FIG. 1 is a schematic diagram for explaining one embodiment of the present invention. The core substrate is composed of a number of steel shots 1 joined by a binder made of phenolic resin, and a coating layer 2 made of scaly aluminum is applied to a portion of the core that comes into contact with the molten metal. . The steel shot 1 is a spherical body of about 0.2 mm and is made of stainless steel containing ferrite, pearlite, etc., and the phenol resin is added at about 0.4% by weight based on the total weight of the steel shot. In addition, the thickness of the coating layer 2 made of flaky aluminum is uniformly formed in the range of 200 to 600 μm.

When the steel shot 1 is used as a core material, heat diffusion can be increased, and cooling and solidification of the molten metal can be promoted. Therefore, the structure of the cast portion that comes into contact with the core is made dense. And the insertion of the molten metal into the base material can be reduced as compared with the conventional sand core. However, if a configuration is adopted in which the molten metal comes into direct contact with the steel shot 1, the molten metal cannot be inserted into the steel shot 1 to some extent. A layer 2 is provided, which blocks insertion of the molten metal into the steel shot 1. In other words, with reference to FIG. 2, the portion of the coating layer 2 that has come into contact with the molten metal 3 is once melted, and then cooled as the molten metal is cooled to form a solidified layer 2a. Insertion is prevented. Therefore, it is desirable that the melting point of the flaky aluminum is set lower than the melting point of the molten metal. Further, since the thermal conductivity of the steel shot 1 is high as described above, the double coat layer as conventionally provided in the sand core becomes unnecessary, and the molten metal can be prevented from being inserted with only the two coating layers. Becomes Further, when the core is disintegrated, when the solidified layer is removed from the outer surface of the cast product, the work is easy and the tool is less likely to be damaged.

FIG. 3 is a graph showing how the depth of insertion of the molten metal decreases as the thickness of the coating layer 2 increases. In this case, the molten metal insertion depth changes greatly depending on the molten metal pressure, and the pressure is 10 kg / cm ² , 50 kg / cm ² , 100 k
It increases as g / cm ² increases.
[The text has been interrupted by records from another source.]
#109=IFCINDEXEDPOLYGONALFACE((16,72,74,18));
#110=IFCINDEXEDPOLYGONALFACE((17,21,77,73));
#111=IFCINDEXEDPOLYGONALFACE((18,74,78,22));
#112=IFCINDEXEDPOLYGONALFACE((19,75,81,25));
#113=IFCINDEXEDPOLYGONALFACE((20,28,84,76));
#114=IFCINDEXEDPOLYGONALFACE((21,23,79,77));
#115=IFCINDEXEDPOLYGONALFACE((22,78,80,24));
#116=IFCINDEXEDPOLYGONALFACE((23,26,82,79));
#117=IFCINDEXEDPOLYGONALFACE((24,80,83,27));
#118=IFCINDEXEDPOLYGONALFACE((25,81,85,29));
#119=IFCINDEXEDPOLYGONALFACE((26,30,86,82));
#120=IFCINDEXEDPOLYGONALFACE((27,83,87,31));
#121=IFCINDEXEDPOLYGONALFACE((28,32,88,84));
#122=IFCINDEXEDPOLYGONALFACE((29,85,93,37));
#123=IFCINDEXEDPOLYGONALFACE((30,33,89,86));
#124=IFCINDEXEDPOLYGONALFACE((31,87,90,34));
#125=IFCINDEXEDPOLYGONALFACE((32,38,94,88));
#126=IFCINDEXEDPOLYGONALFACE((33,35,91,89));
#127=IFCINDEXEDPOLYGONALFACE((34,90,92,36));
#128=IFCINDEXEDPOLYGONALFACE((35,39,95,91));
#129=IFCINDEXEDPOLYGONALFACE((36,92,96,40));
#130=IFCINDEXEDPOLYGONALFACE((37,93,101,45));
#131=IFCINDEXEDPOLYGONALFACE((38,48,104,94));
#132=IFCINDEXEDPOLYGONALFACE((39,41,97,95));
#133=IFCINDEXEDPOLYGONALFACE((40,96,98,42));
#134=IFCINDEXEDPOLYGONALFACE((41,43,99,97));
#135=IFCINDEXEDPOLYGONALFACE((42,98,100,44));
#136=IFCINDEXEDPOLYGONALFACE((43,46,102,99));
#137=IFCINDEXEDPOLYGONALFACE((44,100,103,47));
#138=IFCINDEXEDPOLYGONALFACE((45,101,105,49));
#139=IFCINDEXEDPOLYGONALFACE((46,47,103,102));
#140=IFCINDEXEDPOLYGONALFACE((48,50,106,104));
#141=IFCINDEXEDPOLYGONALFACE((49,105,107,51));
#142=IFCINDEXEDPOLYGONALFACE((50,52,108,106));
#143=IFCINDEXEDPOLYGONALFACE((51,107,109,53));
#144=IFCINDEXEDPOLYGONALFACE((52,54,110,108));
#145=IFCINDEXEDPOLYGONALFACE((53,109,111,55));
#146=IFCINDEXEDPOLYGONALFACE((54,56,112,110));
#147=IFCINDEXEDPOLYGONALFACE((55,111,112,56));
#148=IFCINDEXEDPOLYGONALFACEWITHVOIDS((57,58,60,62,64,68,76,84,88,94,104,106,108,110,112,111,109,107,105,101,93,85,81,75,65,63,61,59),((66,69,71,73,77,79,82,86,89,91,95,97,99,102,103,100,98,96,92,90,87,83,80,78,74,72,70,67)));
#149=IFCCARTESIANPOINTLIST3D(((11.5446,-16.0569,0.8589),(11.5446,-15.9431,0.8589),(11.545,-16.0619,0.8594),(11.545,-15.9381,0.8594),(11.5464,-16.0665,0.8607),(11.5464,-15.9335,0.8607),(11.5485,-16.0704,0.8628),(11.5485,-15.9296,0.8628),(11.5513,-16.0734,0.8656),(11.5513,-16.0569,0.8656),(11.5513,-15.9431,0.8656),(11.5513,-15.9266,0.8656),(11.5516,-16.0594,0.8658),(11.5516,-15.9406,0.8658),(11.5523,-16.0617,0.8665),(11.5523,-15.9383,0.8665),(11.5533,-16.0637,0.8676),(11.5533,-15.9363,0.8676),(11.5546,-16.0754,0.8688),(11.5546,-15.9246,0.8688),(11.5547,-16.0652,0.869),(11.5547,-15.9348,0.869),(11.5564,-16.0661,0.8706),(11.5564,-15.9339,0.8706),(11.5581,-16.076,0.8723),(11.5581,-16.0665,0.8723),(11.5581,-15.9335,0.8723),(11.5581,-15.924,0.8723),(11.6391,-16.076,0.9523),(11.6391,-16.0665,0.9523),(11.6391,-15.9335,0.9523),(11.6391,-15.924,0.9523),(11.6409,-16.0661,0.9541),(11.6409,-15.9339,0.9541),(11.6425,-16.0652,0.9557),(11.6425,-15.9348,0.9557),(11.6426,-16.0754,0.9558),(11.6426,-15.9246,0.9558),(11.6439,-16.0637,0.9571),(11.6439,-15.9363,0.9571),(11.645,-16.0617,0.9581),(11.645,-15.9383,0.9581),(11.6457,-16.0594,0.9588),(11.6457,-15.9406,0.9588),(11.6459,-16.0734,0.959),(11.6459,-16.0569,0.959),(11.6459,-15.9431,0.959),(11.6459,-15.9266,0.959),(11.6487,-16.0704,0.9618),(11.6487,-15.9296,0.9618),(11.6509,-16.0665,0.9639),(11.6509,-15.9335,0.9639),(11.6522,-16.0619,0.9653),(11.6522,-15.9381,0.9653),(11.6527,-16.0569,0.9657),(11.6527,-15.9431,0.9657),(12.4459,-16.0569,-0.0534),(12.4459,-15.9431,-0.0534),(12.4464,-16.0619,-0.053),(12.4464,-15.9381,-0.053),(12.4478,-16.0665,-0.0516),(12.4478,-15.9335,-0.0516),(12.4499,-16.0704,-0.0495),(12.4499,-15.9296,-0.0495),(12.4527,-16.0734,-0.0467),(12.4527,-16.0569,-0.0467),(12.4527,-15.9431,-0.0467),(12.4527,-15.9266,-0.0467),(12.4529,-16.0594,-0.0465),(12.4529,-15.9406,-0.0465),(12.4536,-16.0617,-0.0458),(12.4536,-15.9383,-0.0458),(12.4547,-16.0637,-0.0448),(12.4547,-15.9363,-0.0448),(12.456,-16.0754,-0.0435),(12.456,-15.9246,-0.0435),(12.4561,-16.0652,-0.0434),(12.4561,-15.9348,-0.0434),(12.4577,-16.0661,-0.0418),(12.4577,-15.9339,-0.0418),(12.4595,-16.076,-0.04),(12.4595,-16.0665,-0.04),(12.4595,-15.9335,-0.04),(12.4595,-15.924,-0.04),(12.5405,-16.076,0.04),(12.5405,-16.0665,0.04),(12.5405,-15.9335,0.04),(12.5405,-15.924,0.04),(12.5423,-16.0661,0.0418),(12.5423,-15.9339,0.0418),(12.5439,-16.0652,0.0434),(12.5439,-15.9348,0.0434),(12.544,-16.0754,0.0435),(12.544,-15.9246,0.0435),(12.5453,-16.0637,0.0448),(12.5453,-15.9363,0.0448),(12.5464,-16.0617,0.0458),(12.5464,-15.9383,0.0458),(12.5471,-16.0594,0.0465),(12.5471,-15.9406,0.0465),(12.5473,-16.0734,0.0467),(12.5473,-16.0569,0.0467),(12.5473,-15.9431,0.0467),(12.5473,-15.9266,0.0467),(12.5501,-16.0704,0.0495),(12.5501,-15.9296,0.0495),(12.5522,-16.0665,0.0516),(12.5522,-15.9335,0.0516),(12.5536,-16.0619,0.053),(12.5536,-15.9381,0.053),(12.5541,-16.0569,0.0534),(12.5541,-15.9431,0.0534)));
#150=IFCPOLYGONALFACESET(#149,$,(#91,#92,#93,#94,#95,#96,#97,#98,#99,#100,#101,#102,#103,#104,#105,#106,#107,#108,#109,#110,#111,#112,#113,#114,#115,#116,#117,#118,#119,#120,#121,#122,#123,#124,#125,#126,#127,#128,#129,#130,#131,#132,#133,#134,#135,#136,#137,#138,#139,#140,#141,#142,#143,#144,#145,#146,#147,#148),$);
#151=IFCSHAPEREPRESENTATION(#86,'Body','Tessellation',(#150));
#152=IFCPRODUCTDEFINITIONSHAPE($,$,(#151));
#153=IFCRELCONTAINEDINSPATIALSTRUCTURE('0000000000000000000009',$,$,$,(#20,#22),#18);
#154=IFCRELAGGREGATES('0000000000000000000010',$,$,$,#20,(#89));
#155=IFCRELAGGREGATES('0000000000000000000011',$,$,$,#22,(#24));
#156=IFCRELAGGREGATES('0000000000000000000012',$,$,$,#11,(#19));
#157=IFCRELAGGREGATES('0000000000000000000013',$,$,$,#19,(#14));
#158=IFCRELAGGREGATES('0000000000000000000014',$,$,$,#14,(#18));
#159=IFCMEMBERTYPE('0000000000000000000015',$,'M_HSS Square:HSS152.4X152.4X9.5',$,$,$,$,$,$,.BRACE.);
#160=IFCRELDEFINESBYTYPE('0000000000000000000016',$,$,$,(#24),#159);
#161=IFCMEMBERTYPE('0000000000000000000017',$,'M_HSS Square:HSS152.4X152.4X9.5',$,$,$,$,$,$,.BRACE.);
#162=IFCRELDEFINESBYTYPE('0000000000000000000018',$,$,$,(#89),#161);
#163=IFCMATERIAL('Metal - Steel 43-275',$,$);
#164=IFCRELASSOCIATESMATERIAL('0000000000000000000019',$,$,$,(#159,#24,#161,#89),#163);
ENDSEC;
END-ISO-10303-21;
Incidentally, in the case of a sand core, even when the coating layer 2 is applied to a thickness of about 800 μm, the molten metal insertion depth exceeds 1000 μm, which is extremely large.

Furthermore, if the steel shot 1 is made of austenitic stainless steel, the coefficient of thermal expansion of the steel shot 1 can be increased, so that even if a high pressure is applied to the core during casting, the amount of contraction of the core with respect to the pressure of the molten metal is consequently increased. Can be reduced. In general, it is preferable to increase the particle size of the steel shot 1 because the collapsibility at the time of core collapse is good, but there is a disadvantage that the amount of shrinkage increases. Therefore, when increasing the grain size of the steel shot 1 in order to improve the core disintegration, if the steel shot 1 is made of austenitic stainless steel, the increase in the shrinkage of the steel shot 1 with respect to the molten metal pressure can be suppressed. This is effective in preventing the insertion of molten metal.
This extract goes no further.